» **DATA TO EXAMINE**:
- - -
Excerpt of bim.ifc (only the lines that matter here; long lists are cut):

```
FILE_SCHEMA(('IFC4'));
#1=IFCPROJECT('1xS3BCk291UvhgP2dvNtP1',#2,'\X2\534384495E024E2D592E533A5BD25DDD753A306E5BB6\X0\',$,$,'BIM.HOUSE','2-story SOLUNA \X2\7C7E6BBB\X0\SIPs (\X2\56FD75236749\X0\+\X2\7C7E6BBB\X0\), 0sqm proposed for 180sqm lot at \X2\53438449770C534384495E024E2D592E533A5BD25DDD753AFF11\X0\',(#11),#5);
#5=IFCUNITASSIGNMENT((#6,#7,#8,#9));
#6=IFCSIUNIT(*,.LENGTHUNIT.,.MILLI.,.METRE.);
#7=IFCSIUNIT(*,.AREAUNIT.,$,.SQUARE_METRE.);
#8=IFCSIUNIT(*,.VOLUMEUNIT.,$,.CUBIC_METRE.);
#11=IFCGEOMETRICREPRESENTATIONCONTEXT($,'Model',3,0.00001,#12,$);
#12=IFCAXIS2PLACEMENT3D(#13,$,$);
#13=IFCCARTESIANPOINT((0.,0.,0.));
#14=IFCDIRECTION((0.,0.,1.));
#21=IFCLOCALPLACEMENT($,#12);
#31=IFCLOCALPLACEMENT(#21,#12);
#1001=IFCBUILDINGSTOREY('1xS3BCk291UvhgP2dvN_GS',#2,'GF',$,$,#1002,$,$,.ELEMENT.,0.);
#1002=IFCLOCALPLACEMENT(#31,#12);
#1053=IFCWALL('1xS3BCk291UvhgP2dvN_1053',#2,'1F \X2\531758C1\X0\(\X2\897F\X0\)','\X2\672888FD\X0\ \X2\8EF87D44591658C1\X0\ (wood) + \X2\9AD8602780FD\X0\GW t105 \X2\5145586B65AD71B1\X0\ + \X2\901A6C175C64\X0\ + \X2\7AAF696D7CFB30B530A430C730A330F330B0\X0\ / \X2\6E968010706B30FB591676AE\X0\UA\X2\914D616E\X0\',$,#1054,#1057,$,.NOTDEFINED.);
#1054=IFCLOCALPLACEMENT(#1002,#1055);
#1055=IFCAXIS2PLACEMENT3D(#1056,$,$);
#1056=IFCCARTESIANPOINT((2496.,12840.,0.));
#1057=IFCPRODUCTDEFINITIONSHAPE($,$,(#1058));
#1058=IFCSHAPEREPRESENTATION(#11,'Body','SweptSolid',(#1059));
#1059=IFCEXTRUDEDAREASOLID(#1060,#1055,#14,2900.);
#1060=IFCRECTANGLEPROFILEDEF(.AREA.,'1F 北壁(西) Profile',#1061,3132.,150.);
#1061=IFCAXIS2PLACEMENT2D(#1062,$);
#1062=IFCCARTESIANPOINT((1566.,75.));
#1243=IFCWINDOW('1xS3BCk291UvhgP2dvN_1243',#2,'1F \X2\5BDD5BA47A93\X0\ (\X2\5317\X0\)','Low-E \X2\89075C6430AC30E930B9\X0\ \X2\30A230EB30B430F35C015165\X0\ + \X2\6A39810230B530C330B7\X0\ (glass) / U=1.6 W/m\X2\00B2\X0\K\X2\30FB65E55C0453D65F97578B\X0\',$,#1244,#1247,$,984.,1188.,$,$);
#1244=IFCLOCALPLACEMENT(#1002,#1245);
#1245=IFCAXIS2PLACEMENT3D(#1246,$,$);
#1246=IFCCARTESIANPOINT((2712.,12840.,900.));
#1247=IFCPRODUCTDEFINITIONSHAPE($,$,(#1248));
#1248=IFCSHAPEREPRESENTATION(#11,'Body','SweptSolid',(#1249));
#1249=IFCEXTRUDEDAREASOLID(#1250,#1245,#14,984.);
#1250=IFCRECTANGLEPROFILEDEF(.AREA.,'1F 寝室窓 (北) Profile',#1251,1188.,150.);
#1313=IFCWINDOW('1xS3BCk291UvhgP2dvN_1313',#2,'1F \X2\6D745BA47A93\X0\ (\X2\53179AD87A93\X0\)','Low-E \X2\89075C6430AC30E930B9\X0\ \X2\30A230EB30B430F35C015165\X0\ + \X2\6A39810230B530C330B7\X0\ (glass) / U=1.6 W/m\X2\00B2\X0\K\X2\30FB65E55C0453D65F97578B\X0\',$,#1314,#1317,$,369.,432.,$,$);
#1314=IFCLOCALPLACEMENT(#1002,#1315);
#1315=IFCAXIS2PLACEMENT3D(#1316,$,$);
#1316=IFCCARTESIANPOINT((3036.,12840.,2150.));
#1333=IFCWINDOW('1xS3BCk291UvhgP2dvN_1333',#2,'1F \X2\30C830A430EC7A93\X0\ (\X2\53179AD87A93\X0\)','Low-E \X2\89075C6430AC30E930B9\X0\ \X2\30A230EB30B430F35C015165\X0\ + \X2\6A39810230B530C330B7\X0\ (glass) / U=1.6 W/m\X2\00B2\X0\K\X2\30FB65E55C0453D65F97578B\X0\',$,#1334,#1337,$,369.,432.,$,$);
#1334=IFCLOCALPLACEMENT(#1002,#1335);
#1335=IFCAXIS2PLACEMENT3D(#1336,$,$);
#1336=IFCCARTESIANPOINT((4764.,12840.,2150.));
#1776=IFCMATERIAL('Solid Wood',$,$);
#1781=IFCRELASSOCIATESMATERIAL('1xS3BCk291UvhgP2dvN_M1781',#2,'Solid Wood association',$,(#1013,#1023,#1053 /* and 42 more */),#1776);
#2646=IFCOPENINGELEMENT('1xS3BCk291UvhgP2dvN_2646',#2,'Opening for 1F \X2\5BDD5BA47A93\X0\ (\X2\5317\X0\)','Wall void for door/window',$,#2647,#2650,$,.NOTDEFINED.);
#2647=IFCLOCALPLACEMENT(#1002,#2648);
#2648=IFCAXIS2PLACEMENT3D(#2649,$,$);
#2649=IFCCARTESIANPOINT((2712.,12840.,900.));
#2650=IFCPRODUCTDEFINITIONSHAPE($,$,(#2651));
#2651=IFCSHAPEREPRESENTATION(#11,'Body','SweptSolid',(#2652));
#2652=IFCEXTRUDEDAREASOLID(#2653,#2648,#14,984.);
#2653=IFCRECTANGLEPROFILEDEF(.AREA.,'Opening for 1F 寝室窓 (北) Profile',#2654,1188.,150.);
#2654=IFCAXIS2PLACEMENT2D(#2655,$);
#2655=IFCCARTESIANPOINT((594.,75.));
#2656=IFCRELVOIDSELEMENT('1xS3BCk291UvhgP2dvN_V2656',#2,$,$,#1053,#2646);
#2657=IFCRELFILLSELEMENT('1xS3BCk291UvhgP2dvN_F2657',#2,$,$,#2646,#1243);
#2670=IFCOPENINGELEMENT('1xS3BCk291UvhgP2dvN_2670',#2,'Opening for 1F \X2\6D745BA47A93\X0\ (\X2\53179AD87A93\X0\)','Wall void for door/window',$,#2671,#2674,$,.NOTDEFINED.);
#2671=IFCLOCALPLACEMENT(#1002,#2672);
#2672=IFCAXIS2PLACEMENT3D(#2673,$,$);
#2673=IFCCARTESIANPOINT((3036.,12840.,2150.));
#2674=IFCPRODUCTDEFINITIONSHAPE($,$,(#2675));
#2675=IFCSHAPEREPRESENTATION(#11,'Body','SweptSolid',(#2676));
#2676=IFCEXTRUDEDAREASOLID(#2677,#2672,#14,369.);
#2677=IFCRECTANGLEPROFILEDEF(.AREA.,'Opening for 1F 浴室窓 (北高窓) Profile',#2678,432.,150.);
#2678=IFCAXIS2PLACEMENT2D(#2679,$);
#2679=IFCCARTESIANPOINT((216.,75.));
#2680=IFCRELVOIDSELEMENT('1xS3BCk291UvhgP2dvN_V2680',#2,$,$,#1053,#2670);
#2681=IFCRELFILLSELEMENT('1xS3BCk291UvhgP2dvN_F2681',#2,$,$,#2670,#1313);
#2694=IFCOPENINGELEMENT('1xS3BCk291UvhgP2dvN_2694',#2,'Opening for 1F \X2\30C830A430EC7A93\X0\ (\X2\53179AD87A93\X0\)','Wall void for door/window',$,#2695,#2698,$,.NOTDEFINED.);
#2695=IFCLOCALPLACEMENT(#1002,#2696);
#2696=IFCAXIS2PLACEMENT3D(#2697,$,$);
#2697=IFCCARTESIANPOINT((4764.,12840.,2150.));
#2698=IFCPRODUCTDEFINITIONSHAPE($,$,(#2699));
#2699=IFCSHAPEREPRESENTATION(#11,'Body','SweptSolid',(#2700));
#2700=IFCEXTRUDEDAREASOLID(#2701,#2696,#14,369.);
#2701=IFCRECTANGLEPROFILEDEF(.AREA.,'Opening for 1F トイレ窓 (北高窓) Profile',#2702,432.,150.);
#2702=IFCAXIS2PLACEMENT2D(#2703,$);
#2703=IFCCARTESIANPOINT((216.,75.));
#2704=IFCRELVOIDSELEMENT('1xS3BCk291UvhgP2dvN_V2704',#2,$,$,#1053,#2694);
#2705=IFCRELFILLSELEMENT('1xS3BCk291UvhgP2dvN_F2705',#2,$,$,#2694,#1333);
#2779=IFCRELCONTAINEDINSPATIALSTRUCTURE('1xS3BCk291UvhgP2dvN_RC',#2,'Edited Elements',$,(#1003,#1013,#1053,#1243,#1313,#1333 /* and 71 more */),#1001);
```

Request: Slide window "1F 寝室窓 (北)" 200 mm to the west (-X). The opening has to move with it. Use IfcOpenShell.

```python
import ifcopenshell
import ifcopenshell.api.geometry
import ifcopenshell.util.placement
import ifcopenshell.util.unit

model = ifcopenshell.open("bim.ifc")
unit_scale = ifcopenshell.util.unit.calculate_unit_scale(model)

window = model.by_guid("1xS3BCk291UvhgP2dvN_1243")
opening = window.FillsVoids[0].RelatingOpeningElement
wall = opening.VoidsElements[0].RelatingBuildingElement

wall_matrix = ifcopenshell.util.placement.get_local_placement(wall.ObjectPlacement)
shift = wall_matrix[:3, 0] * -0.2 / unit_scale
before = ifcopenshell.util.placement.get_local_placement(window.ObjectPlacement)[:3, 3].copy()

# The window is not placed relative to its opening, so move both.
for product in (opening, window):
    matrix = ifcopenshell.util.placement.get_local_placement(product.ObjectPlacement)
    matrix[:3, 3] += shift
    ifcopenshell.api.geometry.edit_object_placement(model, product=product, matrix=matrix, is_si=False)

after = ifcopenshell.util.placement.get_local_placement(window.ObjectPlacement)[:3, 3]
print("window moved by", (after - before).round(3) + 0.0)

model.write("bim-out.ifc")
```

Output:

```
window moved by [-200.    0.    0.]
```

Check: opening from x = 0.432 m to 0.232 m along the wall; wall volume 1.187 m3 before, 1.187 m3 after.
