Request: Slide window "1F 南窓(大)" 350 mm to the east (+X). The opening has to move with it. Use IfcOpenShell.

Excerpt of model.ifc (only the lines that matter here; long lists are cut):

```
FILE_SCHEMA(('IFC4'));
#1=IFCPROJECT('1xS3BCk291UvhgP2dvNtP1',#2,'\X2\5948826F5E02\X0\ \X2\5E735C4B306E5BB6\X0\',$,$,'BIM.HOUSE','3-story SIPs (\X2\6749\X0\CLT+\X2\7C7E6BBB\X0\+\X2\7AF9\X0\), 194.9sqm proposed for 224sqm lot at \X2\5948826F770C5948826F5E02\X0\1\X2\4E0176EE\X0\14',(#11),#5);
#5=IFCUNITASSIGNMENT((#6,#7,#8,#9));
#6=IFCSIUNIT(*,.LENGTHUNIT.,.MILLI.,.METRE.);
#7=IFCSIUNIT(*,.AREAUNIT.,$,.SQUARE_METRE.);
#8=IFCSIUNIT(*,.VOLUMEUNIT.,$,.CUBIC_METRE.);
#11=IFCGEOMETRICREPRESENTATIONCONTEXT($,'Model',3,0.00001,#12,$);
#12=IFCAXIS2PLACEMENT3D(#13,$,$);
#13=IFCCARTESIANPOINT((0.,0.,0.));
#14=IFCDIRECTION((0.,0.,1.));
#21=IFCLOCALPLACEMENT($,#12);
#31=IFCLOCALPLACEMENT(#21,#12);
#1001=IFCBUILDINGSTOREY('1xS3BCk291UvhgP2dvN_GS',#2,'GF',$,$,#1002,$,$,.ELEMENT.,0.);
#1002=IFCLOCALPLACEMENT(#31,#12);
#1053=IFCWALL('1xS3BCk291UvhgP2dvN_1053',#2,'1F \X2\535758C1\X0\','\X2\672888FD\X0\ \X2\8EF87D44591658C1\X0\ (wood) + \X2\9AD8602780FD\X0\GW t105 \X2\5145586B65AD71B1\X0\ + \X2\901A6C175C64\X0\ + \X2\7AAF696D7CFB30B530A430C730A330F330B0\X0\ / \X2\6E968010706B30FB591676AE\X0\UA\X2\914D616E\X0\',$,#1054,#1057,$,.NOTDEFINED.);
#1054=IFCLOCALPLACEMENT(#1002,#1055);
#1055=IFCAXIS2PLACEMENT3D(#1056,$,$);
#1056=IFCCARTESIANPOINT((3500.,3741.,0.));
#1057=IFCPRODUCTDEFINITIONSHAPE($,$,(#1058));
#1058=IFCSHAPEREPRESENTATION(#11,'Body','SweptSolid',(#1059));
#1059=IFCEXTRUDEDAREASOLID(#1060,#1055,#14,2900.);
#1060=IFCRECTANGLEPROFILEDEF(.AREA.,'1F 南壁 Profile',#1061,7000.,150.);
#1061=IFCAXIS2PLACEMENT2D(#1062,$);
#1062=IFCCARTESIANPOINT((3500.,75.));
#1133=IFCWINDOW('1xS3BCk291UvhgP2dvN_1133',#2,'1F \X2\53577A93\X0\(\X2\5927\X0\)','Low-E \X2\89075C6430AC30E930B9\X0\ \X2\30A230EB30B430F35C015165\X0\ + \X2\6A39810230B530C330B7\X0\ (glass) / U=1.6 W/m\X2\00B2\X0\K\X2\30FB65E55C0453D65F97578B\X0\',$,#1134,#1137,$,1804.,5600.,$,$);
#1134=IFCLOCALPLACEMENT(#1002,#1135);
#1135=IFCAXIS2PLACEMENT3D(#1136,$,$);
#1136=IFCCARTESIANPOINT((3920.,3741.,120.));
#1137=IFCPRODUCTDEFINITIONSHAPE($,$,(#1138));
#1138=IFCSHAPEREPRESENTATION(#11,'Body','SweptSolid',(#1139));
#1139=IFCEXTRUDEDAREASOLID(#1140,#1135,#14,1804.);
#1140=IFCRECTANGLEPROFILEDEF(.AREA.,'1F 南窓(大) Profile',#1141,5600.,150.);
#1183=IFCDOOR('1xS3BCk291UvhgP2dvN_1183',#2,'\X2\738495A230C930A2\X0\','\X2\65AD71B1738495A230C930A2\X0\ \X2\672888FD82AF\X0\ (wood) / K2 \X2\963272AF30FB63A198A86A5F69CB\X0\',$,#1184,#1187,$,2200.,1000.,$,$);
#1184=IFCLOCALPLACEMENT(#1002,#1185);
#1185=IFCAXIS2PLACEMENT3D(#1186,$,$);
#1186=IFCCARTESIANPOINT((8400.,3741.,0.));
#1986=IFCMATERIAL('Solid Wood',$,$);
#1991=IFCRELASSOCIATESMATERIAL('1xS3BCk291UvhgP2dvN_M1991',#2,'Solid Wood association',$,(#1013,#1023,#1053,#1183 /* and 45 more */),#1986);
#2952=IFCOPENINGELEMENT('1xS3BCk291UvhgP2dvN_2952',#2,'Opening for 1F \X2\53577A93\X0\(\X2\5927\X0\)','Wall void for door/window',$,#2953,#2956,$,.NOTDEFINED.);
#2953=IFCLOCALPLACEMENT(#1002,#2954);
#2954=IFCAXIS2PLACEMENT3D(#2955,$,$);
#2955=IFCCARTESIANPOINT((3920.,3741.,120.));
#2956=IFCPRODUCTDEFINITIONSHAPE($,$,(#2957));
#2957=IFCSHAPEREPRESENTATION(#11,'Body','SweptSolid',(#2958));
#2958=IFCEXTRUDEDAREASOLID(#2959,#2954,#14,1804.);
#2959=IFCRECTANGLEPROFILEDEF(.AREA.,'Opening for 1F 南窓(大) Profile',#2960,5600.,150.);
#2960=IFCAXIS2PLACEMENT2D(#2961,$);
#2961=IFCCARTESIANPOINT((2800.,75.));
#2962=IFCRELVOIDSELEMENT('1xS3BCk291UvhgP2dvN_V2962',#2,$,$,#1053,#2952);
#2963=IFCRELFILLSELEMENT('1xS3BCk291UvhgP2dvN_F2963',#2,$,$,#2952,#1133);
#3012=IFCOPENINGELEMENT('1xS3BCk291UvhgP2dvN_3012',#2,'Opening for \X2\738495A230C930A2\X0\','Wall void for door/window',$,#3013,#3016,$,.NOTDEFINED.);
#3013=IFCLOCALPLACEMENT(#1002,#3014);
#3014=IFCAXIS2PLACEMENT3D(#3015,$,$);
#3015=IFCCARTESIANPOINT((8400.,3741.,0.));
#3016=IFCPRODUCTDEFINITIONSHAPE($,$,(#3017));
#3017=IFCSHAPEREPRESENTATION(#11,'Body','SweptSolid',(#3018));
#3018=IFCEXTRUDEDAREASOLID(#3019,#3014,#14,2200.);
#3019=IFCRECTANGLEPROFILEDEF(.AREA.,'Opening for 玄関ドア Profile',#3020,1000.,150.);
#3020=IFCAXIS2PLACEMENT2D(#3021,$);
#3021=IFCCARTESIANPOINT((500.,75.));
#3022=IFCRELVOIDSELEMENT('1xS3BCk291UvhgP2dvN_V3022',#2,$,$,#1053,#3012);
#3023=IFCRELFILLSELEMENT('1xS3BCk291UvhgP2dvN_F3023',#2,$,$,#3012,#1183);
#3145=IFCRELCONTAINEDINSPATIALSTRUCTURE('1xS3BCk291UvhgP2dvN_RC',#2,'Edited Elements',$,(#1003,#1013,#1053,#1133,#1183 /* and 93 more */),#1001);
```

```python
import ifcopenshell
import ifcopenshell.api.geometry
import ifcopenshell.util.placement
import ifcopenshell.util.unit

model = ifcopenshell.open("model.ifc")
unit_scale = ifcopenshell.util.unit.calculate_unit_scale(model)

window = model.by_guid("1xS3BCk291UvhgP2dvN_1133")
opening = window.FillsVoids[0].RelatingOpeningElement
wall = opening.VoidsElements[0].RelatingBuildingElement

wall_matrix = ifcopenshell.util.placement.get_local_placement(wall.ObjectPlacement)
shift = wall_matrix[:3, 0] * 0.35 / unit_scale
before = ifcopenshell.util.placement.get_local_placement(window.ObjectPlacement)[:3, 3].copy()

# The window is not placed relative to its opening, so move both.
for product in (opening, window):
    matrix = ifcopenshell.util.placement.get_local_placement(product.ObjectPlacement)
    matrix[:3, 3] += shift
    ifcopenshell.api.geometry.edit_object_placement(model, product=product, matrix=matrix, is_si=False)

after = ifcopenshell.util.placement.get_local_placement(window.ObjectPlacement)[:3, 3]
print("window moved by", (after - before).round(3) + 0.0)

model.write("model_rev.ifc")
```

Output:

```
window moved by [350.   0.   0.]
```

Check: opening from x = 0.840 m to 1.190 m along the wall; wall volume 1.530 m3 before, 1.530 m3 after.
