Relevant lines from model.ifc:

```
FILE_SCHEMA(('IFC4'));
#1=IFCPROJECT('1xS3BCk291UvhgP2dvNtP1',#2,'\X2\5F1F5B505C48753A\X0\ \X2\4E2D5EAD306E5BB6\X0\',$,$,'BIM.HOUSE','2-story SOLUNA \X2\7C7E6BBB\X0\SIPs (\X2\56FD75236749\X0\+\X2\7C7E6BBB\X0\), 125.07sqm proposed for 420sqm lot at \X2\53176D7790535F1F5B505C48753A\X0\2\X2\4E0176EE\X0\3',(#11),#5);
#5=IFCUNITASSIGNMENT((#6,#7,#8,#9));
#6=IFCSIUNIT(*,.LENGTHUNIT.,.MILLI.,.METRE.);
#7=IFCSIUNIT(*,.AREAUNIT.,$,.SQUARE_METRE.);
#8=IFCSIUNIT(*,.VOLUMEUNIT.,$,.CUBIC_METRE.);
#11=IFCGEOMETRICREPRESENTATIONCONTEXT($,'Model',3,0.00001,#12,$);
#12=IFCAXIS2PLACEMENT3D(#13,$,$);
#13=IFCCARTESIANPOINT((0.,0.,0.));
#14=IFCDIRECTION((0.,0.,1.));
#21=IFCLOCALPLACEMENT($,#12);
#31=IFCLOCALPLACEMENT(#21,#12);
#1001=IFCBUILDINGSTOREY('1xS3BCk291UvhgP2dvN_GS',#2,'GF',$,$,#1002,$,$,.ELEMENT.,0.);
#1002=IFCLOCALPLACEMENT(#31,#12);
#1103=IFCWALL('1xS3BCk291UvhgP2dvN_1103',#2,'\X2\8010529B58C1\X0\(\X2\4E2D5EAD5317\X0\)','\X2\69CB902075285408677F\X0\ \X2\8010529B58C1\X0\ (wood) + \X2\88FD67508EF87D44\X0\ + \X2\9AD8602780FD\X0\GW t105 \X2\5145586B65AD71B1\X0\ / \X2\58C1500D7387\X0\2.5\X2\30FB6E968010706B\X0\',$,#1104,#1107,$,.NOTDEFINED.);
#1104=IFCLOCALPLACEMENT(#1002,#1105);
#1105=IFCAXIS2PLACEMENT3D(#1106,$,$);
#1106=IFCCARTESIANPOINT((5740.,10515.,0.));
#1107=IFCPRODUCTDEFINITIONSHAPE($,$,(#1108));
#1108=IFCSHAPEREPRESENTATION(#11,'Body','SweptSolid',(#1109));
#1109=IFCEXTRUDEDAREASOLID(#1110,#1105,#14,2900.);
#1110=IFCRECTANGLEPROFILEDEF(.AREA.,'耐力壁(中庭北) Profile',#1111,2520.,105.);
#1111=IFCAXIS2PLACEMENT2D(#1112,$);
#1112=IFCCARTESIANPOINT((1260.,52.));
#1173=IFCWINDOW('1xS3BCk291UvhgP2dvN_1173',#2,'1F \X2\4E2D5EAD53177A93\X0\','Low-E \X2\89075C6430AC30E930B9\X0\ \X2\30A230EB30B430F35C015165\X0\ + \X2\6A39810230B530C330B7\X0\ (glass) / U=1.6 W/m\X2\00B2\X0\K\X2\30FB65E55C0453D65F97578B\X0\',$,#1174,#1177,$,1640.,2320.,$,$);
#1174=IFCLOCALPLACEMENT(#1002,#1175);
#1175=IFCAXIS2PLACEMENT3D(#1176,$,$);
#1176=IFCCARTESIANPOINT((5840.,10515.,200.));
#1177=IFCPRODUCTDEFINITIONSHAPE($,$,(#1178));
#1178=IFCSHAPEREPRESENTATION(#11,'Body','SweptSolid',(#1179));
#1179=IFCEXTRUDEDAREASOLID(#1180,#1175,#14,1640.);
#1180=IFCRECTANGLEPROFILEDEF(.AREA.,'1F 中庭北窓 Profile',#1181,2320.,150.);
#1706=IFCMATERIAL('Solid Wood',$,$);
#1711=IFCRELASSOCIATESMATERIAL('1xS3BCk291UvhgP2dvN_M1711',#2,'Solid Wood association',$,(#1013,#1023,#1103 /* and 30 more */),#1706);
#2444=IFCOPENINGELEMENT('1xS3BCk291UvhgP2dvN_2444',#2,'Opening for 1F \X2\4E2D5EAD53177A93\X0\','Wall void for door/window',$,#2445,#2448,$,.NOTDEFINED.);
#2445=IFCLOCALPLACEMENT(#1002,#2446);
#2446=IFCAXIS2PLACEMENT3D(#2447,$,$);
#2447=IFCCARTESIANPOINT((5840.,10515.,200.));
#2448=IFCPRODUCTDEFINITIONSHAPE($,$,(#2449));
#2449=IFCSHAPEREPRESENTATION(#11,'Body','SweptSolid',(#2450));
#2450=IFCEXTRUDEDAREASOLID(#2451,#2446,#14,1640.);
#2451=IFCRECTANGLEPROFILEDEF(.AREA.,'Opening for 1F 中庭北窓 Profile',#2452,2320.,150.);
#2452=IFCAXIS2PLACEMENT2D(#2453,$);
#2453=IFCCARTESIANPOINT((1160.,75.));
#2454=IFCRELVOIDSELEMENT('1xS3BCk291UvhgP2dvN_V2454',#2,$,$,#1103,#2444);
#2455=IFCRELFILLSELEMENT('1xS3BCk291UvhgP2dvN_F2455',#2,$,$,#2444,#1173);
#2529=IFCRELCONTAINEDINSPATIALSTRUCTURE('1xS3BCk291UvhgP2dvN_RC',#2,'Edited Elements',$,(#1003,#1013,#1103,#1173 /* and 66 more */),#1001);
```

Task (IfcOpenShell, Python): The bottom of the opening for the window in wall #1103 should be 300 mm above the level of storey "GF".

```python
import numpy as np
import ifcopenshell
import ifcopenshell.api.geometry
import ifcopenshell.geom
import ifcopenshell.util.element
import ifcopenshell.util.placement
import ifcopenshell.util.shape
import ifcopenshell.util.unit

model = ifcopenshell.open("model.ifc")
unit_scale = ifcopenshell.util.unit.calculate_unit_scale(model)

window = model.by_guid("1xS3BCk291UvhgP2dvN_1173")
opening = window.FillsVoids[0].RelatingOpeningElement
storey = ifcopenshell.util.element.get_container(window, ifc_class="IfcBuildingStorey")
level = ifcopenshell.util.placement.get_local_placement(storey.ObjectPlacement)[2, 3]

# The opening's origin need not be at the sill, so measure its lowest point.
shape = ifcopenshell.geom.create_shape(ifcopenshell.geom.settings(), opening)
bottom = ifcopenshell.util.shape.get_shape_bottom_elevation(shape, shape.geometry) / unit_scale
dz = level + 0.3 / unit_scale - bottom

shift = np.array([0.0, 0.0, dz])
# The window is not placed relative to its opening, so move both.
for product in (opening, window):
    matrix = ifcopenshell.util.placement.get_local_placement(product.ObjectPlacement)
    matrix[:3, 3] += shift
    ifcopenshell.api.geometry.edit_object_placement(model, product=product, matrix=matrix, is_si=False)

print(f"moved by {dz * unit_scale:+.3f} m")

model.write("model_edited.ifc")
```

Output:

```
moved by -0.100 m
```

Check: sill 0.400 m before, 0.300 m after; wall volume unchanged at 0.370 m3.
- - -
» **PROMPT**:
Go through the records above, find every line with the word "here", and list those lines.

» **COMPLETED TASK**:
Excerpt of bim.ifc (only the lines that matter here; long lists are cut):
Excerpt of model.ifc (only the lines that matter here; long lists are cut):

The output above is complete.